Saved entries:
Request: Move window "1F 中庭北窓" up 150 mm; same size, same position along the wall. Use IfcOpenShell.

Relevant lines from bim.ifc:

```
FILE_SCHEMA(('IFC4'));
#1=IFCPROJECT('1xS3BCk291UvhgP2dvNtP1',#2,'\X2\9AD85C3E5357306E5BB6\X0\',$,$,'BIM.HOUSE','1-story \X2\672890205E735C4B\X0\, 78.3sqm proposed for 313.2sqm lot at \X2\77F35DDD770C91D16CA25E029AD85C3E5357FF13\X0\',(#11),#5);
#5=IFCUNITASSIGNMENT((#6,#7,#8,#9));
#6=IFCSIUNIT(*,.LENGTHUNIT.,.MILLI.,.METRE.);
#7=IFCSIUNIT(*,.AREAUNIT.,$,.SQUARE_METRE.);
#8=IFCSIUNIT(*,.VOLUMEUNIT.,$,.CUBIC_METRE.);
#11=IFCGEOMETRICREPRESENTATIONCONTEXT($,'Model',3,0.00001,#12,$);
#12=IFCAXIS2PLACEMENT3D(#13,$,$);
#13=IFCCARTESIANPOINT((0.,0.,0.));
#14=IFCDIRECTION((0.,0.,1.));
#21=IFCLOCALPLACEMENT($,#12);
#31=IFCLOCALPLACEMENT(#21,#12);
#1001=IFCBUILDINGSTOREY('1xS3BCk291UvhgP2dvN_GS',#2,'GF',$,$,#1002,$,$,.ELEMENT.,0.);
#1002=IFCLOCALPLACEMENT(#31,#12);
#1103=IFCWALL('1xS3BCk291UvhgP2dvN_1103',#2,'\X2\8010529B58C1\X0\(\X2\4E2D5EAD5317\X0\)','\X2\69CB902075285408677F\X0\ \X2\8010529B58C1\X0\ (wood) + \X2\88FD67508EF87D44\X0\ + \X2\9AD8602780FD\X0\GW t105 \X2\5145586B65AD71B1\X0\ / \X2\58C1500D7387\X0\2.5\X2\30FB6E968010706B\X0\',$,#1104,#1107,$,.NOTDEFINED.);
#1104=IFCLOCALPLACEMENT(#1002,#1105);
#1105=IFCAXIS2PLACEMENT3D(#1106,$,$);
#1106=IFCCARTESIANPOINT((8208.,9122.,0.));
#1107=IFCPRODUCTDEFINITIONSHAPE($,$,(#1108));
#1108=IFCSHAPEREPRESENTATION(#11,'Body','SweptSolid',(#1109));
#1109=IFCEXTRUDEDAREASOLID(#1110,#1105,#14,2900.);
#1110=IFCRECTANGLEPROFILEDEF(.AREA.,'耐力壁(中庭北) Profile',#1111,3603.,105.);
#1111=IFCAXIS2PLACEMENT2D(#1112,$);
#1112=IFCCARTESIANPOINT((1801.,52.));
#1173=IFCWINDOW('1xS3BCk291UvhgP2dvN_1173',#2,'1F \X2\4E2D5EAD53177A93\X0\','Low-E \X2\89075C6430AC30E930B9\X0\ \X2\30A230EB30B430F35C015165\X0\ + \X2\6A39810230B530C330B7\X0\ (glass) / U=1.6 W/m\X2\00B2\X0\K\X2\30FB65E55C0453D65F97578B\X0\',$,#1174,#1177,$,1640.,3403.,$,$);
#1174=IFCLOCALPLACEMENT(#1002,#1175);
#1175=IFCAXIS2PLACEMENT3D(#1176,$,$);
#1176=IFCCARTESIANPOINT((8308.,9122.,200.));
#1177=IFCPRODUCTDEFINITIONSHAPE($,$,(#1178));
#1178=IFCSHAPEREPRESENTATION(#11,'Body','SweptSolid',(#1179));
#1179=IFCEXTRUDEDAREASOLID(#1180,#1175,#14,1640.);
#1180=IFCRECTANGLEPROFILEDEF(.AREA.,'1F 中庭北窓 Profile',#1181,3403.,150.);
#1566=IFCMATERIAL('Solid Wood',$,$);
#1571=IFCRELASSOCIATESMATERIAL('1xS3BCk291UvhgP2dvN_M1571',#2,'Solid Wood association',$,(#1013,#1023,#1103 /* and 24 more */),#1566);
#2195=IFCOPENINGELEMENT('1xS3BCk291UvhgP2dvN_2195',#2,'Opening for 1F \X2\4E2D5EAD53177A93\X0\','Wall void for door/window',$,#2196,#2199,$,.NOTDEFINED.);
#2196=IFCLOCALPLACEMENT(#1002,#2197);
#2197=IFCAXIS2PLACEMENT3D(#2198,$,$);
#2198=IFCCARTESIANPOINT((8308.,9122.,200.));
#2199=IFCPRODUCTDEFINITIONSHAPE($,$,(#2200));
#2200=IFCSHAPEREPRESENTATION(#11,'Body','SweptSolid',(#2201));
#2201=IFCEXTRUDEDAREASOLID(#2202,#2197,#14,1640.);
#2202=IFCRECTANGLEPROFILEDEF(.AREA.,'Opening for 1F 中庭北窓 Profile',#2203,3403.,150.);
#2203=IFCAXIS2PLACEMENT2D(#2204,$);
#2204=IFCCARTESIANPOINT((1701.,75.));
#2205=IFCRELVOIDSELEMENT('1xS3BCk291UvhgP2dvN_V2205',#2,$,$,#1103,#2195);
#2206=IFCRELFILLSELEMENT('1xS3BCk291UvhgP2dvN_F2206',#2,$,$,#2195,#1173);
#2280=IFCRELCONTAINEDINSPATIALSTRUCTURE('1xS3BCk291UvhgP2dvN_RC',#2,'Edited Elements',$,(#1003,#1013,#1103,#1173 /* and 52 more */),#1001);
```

```python
import numpy as np
import ifcopenshell
import ifcopenshell.api.geometry
import ifcopenshell.util.placement
import ifcopenshell.util.unit

model = ifcopenshell.open("bim.ifc")
unit_scale = ifcopenshell.util.unit.calculate_unit_scale(model)

window = model.by_guid("1xS3BCk291UvhgP2dvN_1173")
opening = window.FillsVoids[0].RelatingOpeningElement
dz = 0.15 / unit_scale

shift = np.array([0.0, 0.0, dz])
# The window is not placed relative to its opening, so move both.
for product in (opening, window):
    matrix = ifcopenshell.util.placement.get_local_placement(product.ObjectPlacement)
    matrix[:3, 3] += shift
    ifcopenshell.api.geometry.edit_object_placement(model, product=product, matrix=matrix, is_si=False)

print(f"moved by {dz * unit_scale:+.3f} m")

model.write("bim_updated.ifc")
```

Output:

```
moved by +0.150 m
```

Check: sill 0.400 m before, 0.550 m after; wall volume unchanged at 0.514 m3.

Exercise description ▸
Please state how many lines in the records contain the word "IFCEXTRUDEDAREASOLID", and give only that number.

Written response ▸
3